Normalize Whitespace

Make a function that replaces all instances of one or more whitespace characters with a single space:

>>> normalize_whitespace("hello  there")
"hello there"
>>> normalize_whitespace("""Hold fast to dreams
... For if dreams die
... Life is a broken-winged bird
... That cannot fly.
...
... Hold fast to dreams
... For when dreams go
... Life is a barren field
... Frozen with snow.""")
'Hold fast to dreams For if dreams die Life is a broken-winged bird That cannot fly. Hold fast to dreams For when dreams go Life is a barren field Frozen with snow.'

Normalize URL

I own the domain treyhunner.com. I prefer to link to my website as https://treyhunner.com, but I have some links that use http or use a www subdomain.

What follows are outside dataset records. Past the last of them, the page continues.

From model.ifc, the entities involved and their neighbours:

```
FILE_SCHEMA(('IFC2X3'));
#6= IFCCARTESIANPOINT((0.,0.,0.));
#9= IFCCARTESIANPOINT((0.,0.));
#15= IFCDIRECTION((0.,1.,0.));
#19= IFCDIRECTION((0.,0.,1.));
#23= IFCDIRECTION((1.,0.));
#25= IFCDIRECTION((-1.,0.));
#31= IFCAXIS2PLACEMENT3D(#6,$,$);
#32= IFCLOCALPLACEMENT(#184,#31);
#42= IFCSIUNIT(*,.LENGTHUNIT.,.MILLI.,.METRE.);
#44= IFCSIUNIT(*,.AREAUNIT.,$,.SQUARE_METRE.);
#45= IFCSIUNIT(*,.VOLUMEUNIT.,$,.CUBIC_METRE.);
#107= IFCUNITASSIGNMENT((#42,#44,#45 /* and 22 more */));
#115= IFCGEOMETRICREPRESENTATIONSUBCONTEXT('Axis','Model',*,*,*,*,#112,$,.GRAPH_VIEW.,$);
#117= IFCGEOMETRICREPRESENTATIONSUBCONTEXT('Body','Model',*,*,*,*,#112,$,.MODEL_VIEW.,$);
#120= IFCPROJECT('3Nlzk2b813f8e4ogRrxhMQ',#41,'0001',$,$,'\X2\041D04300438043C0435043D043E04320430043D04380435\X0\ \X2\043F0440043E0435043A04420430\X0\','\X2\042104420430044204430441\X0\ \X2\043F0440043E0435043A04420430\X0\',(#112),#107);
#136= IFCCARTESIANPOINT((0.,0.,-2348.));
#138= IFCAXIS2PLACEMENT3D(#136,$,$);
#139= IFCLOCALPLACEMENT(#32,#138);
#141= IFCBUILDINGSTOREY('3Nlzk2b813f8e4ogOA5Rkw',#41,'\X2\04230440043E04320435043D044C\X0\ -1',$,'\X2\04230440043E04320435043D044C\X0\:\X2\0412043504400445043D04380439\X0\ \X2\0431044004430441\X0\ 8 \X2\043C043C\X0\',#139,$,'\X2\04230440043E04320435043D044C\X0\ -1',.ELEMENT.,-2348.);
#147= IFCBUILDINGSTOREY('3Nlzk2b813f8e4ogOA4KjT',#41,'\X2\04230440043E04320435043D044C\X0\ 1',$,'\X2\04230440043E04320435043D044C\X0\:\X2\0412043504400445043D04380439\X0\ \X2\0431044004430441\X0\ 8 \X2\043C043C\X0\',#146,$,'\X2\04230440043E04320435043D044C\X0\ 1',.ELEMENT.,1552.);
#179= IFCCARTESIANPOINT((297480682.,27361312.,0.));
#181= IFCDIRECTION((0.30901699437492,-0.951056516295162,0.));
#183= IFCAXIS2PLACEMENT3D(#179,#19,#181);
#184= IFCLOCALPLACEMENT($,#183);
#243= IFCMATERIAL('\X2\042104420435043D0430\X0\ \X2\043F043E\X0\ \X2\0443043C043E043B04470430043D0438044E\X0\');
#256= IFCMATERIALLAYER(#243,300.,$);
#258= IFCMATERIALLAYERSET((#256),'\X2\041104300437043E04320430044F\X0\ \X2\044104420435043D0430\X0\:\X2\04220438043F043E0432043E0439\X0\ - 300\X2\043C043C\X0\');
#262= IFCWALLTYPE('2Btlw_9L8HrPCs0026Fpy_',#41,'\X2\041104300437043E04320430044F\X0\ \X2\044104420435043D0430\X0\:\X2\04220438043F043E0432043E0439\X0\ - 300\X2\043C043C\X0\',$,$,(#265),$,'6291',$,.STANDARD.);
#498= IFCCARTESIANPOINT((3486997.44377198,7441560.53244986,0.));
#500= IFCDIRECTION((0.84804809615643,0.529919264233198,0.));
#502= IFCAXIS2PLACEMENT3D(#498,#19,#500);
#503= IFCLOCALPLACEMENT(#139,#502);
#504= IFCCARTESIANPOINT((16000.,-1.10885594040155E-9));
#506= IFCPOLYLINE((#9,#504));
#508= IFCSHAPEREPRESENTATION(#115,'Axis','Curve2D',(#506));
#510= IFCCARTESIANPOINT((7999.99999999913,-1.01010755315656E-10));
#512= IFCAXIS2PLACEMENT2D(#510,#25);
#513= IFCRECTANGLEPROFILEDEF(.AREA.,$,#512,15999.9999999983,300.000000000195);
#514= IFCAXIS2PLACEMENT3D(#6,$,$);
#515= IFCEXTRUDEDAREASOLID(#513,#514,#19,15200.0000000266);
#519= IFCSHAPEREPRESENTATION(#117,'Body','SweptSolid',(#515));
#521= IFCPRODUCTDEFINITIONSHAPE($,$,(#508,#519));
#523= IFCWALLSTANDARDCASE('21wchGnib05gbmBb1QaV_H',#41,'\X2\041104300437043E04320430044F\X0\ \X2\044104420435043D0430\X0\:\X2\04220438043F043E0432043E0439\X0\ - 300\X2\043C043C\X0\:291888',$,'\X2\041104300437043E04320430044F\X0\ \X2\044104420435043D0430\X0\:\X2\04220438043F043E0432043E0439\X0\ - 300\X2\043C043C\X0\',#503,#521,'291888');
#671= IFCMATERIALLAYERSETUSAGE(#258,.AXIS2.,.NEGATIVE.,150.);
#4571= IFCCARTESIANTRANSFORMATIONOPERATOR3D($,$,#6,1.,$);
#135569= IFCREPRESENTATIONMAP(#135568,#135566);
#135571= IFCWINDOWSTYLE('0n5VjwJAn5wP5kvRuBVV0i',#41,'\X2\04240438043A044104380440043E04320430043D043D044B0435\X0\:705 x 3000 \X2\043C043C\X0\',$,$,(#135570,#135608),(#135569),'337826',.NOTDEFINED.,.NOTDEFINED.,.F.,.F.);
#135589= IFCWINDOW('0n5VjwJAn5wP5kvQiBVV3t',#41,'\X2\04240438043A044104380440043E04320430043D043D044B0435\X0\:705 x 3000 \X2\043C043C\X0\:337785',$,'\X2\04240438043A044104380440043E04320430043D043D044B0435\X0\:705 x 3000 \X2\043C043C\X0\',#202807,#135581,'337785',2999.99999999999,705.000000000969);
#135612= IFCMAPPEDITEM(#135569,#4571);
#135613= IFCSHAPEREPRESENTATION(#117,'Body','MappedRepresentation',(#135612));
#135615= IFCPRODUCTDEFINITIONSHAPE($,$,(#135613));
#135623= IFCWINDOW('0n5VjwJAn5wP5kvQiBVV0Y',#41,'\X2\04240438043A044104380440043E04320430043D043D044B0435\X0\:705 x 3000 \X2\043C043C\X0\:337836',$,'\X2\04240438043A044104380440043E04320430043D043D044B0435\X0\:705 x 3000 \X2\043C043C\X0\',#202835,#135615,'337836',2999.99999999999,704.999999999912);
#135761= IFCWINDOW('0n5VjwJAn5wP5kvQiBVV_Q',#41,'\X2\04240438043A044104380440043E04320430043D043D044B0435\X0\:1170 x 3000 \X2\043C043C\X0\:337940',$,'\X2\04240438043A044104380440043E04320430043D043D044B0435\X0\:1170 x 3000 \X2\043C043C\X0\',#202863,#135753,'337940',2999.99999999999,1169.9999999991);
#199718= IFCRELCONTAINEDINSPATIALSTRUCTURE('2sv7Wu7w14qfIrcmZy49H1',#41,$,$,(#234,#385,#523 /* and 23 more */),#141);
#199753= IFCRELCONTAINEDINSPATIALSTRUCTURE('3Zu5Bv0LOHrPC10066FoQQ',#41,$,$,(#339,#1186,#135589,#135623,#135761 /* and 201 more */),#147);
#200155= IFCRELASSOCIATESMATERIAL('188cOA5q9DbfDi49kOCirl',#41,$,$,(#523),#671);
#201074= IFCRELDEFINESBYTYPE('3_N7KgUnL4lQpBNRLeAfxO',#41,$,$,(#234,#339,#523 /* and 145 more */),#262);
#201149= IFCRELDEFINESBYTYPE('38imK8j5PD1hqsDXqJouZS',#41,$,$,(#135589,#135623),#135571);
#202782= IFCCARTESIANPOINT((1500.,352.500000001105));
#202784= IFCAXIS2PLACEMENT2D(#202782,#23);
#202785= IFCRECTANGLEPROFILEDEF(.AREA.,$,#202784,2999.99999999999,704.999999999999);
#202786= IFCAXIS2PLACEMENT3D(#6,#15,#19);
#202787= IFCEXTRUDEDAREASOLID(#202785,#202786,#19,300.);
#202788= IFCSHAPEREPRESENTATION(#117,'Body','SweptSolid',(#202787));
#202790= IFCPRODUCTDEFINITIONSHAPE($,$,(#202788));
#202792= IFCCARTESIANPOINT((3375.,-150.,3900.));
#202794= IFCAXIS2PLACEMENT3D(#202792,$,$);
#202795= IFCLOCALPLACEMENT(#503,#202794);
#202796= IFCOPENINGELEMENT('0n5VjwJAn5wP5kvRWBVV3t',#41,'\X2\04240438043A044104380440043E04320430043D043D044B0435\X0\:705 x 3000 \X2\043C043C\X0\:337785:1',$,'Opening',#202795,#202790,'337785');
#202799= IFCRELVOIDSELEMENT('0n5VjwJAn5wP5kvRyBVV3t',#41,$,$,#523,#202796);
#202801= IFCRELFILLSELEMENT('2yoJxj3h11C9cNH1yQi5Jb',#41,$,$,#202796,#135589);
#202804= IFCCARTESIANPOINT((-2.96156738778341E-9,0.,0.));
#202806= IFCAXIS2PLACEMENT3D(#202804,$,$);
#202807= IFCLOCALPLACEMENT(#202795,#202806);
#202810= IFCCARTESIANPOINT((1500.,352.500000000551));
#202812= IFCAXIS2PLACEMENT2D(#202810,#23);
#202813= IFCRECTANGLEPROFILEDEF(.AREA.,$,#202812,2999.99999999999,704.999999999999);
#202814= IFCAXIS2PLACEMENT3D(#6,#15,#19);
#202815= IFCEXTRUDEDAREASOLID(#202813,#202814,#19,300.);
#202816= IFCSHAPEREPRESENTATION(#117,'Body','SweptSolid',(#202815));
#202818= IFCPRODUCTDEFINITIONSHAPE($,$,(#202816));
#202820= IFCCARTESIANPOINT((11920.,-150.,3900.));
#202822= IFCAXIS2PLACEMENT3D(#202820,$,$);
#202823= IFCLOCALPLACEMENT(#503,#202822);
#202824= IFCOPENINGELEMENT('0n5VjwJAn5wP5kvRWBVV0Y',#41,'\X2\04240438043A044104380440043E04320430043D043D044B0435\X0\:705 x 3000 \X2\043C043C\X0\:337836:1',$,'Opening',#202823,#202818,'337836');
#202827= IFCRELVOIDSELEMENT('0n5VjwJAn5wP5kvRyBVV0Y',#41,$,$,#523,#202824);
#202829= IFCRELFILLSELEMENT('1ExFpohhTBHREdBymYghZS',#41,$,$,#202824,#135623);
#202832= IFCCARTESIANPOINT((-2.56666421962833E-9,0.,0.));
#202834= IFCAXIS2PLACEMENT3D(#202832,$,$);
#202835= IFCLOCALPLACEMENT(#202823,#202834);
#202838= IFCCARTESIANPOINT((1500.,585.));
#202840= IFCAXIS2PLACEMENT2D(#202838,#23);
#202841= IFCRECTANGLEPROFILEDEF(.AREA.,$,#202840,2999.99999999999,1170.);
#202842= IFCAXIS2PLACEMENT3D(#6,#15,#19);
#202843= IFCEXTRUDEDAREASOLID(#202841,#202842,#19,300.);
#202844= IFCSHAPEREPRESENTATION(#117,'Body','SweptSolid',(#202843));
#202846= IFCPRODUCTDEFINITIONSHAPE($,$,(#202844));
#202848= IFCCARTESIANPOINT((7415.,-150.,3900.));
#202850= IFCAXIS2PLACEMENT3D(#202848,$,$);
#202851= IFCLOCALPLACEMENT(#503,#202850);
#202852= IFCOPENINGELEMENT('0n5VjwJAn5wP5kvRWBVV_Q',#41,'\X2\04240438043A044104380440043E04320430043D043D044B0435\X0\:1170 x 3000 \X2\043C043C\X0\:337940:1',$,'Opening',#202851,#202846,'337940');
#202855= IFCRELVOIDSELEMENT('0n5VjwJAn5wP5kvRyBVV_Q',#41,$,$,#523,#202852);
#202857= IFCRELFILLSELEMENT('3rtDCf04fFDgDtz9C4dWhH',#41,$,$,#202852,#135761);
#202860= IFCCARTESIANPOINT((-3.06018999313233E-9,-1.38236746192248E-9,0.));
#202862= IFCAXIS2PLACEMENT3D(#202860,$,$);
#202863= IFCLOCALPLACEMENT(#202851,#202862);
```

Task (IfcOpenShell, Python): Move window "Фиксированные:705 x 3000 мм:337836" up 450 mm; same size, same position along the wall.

```python
import numpy as np
import ifcopenshell
import ifcopenshell.api.geometry
import ifcopenshell.util.placement
import ifcopenshell.util.unit

model = ifcopenshell.open("model.ifc")
unit_scale = ifcopenshell.util.unit.calculate_unit_scale(model)

window = model.by_guid("0n5VjwJAn5wP5kvQiBVV0Y")
opening = window.FillsVoids[0].RelatingOpeningElement
dz = 0.45 / unit_scale

shift = np.array([0.0, 0.0, dz])
# The window is placed relative to its opening, so it follows when the opening moves.
matrix = ifcopenshell.util.placement.get_local_placement(opening.ObjectPlacement)
matrix[:3, 3] += shift
ifcopenshell.api.geometry.edit_object_placement(
    model, product=opening, matrix=matrix, is_si=False, should_transform_children=True
)

print(f"moved by {dz * unit_scale:+.3f} m")

model.write("model-out.ifc")
```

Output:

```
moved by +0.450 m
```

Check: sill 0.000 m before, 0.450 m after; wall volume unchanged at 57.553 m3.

Write a function that normalizes all www.treyhunner.com and treyhunner.com links to use HTTPS and remove the www subdomain.

Example usage:

>>> normalize_domain("http://treyhunner.com/2015/12/python-list-comprehensions-now-in-color/")
'https://treyhunner.com/2015/12/python-list-comprehensions-now-in-color/'
>>> normalize_domain("https://treyhunner.com/2016/02/how-to-merge-dictionaries-in-python/")
'https://treyhunner.com/2016/02/how-to-merge-dictionaries-in-python/'
>>> normalize_domain("http://www.treyhunner.com/2015/11/counting-things-in-python/")
'https://treyhunner.com/2015/11/counting-things-in-python/'
>>> normalize_domain("http://www.treyhunner.com")
'https://treyhunner.com'
>>> normalize_domain("http://trey.in/give-a-talk")
'http://trey.in/give-a-talk'

Linebreaks

Write a function that accepts a string and converts linebreaks to HTML in the following way:

  • text is surrounded by paragraphs
  • text with two line breaks between is considered two separate paragraphs
  • text with a single line break between is separated by a <br>

Example usage:

>>> convert_linebreaks("hello")
'<p>hello</p>'
>>> convert_linebreaks("hello\nthere")
'<p>hello<br>there</p>'
>>> convert_linebreaks("hello\n\nthere")
'<p>hello</p><p>there</p>'
>>> convert_linebreaks("hello\nthere\n\nworld")
'<p>hello<br>there</p><p>world</p>'

Lookahead Exercises

All Vowels

Find all words that are at most 9 letters long and contain every vowel (a, e, i, o, u) in any order.

Unique Letters

Find all words that are 10 letters long and do not have any repeating letters.

HTML Encode Ampersands

Replace all & characters which are not part of HTML escape sequences by an HTML-encoded ampersand (&amp;).

Example:

>>> encode_ampersands("This &amp; that & that &#38; this.")
'This &amp; that &amp; that &#38; this.'
>>> encode_ampersands("A&W")
'A&amp;W'

Camel Case to Underscore

Make a function that converts camelCase strings to under_score strings.